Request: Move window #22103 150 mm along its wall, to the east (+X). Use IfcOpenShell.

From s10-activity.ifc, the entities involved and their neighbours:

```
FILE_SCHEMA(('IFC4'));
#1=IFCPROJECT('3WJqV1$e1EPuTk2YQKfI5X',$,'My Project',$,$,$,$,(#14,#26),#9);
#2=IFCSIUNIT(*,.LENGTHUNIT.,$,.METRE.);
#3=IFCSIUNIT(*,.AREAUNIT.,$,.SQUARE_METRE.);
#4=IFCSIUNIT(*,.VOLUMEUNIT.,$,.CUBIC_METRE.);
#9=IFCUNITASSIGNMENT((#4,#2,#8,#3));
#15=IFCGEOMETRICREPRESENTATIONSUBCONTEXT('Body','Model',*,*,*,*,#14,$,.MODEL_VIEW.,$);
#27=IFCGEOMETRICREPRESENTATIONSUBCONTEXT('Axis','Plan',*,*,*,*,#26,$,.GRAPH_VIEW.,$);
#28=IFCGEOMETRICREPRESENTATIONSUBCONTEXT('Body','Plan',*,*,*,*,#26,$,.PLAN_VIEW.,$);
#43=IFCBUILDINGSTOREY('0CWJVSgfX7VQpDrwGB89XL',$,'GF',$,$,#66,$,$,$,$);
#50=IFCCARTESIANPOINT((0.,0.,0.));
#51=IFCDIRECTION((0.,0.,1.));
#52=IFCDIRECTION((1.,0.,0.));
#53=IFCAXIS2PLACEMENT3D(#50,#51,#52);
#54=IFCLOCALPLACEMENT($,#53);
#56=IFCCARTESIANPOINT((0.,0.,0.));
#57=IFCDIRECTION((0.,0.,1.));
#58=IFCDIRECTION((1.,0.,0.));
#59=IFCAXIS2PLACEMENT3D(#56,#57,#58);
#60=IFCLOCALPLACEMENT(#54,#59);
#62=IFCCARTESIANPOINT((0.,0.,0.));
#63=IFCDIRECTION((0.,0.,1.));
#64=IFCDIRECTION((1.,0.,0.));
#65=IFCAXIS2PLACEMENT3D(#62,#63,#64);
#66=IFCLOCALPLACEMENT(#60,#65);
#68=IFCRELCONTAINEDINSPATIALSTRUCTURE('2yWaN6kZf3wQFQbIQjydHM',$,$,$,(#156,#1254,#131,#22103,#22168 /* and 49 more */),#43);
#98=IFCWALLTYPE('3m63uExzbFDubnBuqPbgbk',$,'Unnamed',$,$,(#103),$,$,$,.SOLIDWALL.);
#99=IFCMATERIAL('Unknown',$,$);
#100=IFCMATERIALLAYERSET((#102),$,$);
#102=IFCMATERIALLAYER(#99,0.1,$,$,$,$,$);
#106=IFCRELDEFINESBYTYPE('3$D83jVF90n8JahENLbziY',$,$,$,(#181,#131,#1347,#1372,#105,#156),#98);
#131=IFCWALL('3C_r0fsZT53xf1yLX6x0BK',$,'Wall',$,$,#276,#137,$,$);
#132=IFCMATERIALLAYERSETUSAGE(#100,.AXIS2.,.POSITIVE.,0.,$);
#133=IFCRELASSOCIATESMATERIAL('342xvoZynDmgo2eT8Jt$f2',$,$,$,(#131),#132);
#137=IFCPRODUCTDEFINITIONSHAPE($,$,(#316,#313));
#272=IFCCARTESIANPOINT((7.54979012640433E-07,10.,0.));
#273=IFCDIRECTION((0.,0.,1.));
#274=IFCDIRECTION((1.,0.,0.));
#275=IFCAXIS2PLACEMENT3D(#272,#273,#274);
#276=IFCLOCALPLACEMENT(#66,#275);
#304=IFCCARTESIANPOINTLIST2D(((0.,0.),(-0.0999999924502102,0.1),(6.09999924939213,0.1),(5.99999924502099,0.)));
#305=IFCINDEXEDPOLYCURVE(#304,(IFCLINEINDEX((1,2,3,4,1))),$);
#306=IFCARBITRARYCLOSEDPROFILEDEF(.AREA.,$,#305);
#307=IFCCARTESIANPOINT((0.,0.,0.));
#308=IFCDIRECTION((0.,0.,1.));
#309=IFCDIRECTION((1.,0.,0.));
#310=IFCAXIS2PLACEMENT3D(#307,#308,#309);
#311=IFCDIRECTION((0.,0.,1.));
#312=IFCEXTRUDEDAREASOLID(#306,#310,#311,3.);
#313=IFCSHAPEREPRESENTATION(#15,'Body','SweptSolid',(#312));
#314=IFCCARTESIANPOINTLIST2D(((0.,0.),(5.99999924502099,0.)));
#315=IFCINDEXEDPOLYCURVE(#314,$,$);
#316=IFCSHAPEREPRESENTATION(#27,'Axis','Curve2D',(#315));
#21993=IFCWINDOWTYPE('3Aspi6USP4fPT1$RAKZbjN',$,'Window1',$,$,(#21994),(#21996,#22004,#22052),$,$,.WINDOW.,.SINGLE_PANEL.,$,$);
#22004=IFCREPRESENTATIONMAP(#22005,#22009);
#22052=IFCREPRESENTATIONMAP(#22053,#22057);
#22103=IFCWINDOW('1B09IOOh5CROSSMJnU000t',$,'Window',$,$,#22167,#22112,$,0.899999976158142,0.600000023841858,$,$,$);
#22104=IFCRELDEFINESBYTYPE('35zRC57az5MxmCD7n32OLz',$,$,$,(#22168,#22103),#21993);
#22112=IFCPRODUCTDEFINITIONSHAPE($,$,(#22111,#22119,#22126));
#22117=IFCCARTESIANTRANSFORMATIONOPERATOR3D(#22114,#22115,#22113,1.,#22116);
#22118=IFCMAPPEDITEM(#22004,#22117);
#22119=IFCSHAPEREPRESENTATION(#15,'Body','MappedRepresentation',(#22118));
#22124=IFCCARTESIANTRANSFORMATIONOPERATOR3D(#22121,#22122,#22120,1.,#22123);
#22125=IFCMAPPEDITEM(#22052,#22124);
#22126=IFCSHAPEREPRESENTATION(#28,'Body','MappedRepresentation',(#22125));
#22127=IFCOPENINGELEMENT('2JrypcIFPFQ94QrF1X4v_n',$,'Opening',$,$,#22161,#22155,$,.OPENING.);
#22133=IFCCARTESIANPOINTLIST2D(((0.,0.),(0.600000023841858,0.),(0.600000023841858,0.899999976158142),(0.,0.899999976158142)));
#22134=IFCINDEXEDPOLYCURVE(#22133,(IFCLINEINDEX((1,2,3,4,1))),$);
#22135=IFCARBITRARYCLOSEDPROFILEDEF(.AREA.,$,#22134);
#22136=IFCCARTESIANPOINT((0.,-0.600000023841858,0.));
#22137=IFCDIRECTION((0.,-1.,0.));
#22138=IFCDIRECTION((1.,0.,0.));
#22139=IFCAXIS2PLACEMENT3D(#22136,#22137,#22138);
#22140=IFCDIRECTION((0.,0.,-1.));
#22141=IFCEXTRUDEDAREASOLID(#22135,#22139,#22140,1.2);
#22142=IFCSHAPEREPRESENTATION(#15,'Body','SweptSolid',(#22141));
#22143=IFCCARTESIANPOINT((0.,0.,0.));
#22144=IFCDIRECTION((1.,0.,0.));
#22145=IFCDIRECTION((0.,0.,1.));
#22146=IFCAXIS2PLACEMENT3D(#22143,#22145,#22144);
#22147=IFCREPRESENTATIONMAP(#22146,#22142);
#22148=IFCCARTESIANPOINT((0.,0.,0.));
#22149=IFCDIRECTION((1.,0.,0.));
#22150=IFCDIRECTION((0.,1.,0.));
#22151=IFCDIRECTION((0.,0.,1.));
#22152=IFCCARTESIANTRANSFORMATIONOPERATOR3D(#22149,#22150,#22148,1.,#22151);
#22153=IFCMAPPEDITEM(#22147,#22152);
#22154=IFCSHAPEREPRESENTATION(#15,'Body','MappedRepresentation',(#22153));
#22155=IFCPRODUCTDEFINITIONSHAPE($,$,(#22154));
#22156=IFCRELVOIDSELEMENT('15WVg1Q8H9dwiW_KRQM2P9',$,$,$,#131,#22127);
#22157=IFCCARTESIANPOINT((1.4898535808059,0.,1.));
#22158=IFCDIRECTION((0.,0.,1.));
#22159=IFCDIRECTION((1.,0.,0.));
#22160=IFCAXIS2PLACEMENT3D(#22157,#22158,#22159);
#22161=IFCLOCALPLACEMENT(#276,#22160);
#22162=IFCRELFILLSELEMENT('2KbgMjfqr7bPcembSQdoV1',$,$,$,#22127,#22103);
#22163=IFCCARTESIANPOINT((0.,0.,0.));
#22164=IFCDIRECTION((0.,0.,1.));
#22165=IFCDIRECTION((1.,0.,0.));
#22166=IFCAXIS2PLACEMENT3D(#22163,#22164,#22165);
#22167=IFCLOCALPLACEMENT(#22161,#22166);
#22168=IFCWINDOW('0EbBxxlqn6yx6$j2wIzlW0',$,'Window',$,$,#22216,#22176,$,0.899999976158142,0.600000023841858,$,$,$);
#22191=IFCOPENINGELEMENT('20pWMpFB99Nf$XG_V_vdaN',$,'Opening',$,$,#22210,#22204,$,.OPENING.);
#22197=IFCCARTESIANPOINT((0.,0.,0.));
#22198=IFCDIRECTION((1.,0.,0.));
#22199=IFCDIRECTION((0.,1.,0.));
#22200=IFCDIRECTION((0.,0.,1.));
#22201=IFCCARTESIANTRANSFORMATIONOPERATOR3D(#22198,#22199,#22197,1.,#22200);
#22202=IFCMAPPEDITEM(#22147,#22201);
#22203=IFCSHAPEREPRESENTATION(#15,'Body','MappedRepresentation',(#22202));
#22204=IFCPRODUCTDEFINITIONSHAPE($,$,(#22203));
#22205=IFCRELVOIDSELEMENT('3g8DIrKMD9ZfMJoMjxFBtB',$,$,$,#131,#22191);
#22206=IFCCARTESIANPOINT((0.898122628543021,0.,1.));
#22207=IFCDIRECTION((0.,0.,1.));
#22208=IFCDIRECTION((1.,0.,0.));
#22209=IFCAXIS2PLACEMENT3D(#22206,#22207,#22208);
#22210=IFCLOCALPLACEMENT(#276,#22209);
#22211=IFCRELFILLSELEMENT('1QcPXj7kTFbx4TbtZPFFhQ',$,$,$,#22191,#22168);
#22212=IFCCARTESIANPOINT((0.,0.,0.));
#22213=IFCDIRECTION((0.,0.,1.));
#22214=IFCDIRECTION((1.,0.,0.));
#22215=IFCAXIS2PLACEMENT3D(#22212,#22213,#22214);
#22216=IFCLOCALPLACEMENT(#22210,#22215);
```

```python
import ifcopenshell
import ifcopenshell.api.geometry
import ifcopenshell.util.placement
import ifcopenshell.util.unit

model = ifcopenshell.open("s10-activity.ifc")
unit_scale = ifcopenshell.util.unit.calculate_unit_scale(model)

window = model.by_guid("1B09IOOh5CROSSMJnU000t")
opening = window.FillsVoids[0].RelatingOpeningElement
wall = opening.VoidsElements[0].RelatingBuildingElement

wall_matrix = ifcopenshell.util.placement.get_local_placement(wall.ObjectPlacement)
shift = wall_matrix[:3, 0] * 0.15 / unit_scale
before = ifcopenshell.util.placement.get_local_placement(window.ObjectPlacement)[:3, 3].copy()

# The window is placed relative to its opening, so it follows when the opening moves.
matrix = ifcopenshell.util.placement.get_local_placement(opening.ObjectPlacement)
matrix[:3, 3] += shift
ifcopenshell.api.geometry.edit_object_placement(
    model, product=opening, matrix=matrix, is_si=False, should_transform_children=True
)

after = ifcopenshell.util.placement.get_local_placement(window.ObjectPlacement)[:3, 3]
print("window moved by", (after - before).round(3) + 0.0)

model.write("s10-activity_v2.ifc")
```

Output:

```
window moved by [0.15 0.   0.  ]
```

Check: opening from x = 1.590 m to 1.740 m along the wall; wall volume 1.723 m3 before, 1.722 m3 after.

HOW TO COMPLETE THIS TASK - If a line in the entries contains "IFCSHAPEREPRESENTATION", copy it.

ANSWER BOX -
#313=IFCSHAPEREPRESENTATION(#15,'Body','SweptSolid',(#312));
#316=IFCSHAPEREPRESENTATION(#27,'Axis','Curve2D',(#315));
#22119=IFCSHAPEREPRESENTATION(#15,'Body','MappedRepresentation',(#22118));
#22126=IFCSHAPEREPRESENTATION(#28,'Body','MappedRepresentation',(#22125));
#22142=IFCSHAPEREPRESENTATION(#15,'Body','SweptSolid',(#22141));
#22154=IFCSHAPEREPRESENTATION(#15,'Body','MappedRepresentation',(#22153));
#22203=IFCSHAPEREPRESENTATION(#15,'Body','MappedRepresentation',(#22202));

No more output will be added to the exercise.